Fundamentally, evaluating stocks and markets tends to be pretty predictable and sometimes a tedious endeavour. For the most part, the value of a stock or a market is arrived at by digesting a series of ever evolving numbers to arrive at a value.

We’ve all seen examples of this when analysts publish a report calculating the current value of particular stock or predicting a target price of where it might be a year from now.

It happens four times a year when companies report their quarterly and annual financial reports, or individually when there is a significant change in company fortunes. There are a number of figures and ratios that are used evaluate a stock but a few of the common ones are market capitalization, sales, growth of sales, cash flow, and earnings per share.

For example, the long term average fair value share price of an S&P 500 company is about 15 times annual earnings. So if a company earned $1.00 a share in a year, then its stock price should trade at about $15. This value may vary for different sectors or economic conditions.

By extension, to evaluate the value a large cap index such as the S&P 500, analysts take the reports of all of the companies in the index and then calculate the fair value or future value of the index.

Again, this target level can vary based on the current or futures economic conditions of the day. We’re already seeing predictions of where the S&P 500 will be at year end 2021. After finishing 2020 at about the 3,700 level, I see a number of analysts predicting a 2021 close of about 3,900 for an annual return of about 5% – fairly predictable. But if one considers that the average large cap company grows methodically and pays a relatively small dividend, then a 5% annual increase in price is not too far of a reach.

This is also in line with the average annual growth of the American economy. Fundamental investors use these reports on stocks and markets to see if they are undervalued (a potential buy), fairly valued (a hold), or perhaps overpriced (a potential sale). When I was a broker, if I could consistently give a risk adverse client an annual return of 5% or better, I was more than happy.

Of course, not all investors are wired to invest fundamentally. They may want better than average returns or to be involved with something that is new and dynamic. There is also comfort in numbers. Investors tend to invest in the same sectors that have attracted many others. This is called mass psychology or momentum investing.

You may have noticed the sharp rise in marijuana stocks after the recent U.S. federal election. Investors ignored company fundamentals and rushed into marijuana stocks based on the theory that a Democratic victory would quickly lead to nationwide legalization of cannabis. Just as there are key figures used to fundamentally evaluate as particular stock – there are key indicators that lead to mass psychology investing – things like it’s something new or it’s the next one, a sector suddenly thrust in or out of favour, and the favourite this time it’s different”.

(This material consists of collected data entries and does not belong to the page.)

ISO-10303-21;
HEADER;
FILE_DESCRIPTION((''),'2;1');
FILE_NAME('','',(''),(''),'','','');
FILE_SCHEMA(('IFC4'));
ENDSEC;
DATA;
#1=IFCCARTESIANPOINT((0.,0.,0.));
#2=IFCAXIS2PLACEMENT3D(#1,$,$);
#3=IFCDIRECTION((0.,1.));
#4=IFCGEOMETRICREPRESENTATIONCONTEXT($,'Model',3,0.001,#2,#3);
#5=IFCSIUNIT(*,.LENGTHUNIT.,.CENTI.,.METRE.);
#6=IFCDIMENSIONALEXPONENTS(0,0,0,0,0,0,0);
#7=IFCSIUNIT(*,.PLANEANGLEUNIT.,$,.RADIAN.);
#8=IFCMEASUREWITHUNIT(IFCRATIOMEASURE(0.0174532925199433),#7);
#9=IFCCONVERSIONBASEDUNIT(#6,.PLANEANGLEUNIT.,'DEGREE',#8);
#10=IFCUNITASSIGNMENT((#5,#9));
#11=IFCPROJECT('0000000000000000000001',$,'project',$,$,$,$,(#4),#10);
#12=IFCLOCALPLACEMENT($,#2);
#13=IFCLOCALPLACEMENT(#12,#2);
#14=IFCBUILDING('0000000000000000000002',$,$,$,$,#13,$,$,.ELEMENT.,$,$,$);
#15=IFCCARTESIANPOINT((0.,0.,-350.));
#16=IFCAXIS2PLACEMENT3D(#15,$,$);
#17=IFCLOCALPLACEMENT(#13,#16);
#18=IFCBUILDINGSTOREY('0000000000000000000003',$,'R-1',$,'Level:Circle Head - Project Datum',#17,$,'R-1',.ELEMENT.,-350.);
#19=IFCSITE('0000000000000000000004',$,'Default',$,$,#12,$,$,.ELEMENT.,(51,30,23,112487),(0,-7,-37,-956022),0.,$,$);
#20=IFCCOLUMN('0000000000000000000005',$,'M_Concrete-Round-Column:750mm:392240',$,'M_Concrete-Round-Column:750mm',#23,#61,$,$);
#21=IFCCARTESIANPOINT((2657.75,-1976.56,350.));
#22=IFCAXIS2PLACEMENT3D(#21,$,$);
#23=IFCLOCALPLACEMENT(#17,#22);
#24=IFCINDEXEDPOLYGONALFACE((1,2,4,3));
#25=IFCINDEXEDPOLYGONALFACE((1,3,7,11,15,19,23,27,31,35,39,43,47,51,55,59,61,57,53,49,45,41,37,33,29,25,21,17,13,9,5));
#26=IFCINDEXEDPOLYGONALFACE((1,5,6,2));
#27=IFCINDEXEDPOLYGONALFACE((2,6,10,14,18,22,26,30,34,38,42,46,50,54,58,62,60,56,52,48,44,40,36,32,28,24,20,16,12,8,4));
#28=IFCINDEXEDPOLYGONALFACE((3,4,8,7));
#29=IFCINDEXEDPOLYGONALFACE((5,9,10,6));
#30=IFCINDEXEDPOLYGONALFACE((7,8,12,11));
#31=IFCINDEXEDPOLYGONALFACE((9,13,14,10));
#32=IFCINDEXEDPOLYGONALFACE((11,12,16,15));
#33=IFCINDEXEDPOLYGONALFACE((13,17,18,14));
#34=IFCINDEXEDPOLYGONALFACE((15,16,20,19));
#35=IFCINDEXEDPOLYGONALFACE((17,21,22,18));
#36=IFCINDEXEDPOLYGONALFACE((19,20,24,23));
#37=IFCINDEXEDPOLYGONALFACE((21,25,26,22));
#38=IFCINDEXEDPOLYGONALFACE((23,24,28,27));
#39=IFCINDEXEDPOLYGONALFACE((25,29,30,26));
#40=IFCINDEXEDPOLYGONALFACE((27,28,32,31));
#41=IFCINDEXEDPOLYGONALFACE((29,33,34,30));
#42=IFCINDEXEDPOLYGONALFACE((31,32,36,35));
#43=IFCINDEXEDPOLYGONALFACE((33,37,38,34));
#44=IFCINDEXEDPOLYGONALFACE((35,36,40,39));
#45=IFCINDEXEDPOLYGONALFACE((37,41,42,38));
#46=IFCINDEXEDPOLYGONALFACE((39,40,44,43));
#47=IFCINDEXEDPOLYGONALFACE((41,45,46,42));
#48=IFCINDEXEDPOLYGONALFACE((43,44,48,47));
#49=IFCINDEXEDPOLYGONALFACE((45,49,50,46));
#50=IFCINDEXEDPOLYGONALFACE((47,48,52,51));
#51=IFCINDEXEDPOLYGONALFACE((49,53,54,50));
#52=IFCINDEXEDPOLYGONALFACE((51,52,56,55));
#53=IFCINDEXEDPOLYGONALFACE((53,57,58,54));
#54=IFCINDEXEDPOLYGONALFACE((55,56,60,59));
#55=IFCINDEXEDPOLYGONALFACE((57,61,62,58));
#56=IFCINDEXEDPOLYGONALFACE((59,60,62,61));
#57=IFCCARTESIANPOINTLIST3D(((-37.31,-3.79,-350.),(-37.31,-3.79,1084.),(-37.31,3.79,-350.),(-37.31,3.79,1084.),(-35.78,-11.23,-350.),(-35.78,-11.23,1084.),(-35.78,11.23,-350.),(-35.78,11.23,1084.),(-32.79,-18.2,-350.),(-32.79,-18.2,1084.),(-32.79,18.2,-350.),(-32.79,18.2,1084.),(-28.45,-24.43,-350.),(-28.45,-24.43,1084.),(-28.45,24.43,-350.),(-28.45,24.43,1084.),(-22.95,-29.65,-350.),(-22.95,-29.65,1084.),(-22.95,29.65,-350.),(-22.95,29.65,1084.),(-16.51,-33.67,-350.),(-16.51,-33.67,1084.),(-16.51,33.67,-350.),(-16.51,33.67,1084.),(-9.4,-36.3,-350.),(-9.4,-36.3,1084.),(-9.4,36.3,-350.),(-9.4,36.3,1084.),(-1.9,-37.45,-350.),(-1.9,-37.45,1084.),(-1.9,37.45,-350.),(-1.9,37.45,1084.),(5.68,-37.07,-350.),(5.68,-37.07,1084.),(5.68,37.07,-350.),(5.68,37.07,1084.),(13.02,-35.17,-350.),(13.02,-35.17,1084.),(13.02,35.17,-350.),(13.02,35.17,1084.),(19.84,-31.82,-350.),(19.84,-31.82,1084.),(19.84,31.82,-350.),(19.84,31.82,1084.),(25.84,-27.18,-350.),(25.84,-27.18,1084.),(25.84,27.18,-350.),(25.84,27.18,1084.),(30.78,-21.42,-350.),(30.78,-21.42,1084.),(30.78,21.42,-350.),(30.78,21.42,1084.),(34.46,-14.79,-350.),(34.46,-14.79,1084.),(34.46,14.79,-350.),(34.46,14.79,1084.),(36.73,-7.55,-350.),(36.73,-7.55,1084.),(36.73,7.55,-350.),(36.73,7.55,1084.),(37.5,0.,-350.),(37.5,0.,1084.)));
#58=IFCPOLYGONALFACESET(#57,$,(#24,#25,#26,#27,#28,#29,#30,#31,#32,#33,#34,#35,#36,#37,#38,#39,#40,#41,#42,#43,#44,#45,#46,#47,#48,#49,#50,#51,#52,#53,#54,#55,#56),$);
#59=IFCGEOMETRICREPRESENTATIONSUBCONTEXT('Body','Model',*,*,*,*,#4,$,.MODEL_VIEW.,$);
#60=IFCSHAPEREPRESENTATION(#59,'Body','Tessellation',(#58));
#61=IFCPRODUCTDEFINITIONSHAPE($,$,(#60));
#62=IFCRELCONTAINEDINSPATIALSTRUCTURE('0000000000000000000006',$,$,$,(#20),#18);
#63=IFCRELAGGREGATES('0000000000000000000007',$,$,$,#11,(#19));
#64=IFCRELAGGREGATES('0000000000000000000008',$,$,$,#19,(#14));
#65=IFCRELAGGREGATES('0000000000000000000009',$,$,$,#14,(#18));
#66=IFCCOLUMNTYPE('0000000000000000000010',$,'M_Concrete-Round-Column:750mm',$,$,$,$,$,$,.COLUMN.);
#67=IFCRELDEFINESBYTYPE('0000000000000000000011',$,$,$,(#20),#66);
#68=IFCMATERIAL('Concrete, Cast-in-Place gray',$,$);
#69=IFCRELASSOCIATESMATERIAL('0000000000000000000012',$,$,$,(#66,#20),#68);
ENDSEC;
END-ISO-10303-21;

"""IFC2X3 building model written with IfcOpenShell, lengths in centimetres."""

from ifc_helpers import new_model, entity, si_unit, converted_unit, direction, frame, frame_2d, origin, place, context, subcontext, project, spatial, circle, extrude, source, transform, mapped, material, type_object, type_shapes, element, save


model = new_model("IFC2X3")

# Units and contexts
model_context = context("Model", 3, precision=0.001, world=origin(), true_north=direction((0.0, 1.0)))
body_context = subcontext(model_context, "Body", "Model", "MODEL_VIEW")
ifc_project = project(units=[si_unit("LENGTHUNIT", "METRE", prefix="CENTI"), converted_unit("PLANEANGLEUNIT", "DEGREE", entity("IfcRatioMeasure", 0.0174532925199433), si_unit("PLANEANGLEUNIT", "RADIAN"), dimensions=[0, 0, 0, 0, 0, 0, 0])], contexts=[model_context])

# Site, building, storey
site_placement = place(None, origin())
site = spatial("IfcSite", under=ifc_project, at=site_placement, Name="Default", CompositionType="ELEMENT", RefLatitude=(51, 30, 23, 112487), RefLongitude=(0, -7, -37, -956022), RefElevation=0.0)
building_placement = place(site_placement, origin())
building = spatial("IfcBuilding", under=site, at=building_placement, CompositionType="ELEMENT")
storey_placement = place(building_placement, frame((0.0, 0.0, -350.0)))
storey = spatial("IfcBuildingStorey", under=building, at=storey_placement, Name="R-1", ObjectType="Level:Circle Head - Project Datum", LongName="R-1", CompositionType="ELEMENT", Elevation=-350.0)

# Column
ifc_material_1 = material(Name="Concrete, Cast-in-Place gray")
column_type_1 = type_object("IfcColumnType", Name="M_Concrete-Round-Column:750mm", PredefinedType="COLUMN", material=ifc_material_1)
shared_shape_1 = source(origin(), body_context, "Body", "SweptSolid", [
    extrude(circle(Radius=37.5, at=frame_2d((0.0, 0.0), x_axis=(1.0, 0.0))), frame((0.0, 0.0, -350.0)), (0.0, 0.0, 1.0), 1434.0),
])
type_shapes(column_type_1, [shared_shape_1])
column_placement = place(storey_placement, frame((2657.75, -1976.56, 350.0)))
element("IfcColumn", 1, at=column_placement, inside=storey, type_object=column_type_1, material=ifc_material_1, Name="M_Concrete-Round-Column:750mm:392240", ObjectType="M_Concrete-Round-Column:750mm", context=body_context, shape_type="MappedRepresentation", body=[
    mapped(shared_shape_1, transform((0.0, 0.0, 0.0), scale=1.0)),
])

save(model, "model.ifc")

The current Bitcoin phenomenon is a classic example of mass psychology or momentum investing. Momentum investments are great when one is on the right side of the market trend.  The downside is that the trend tends to end without warning and can be harsh when the mass psychology changes. And make no mistake – all trends end. There is no such thing as this time it is different. It is never different because the market is always different.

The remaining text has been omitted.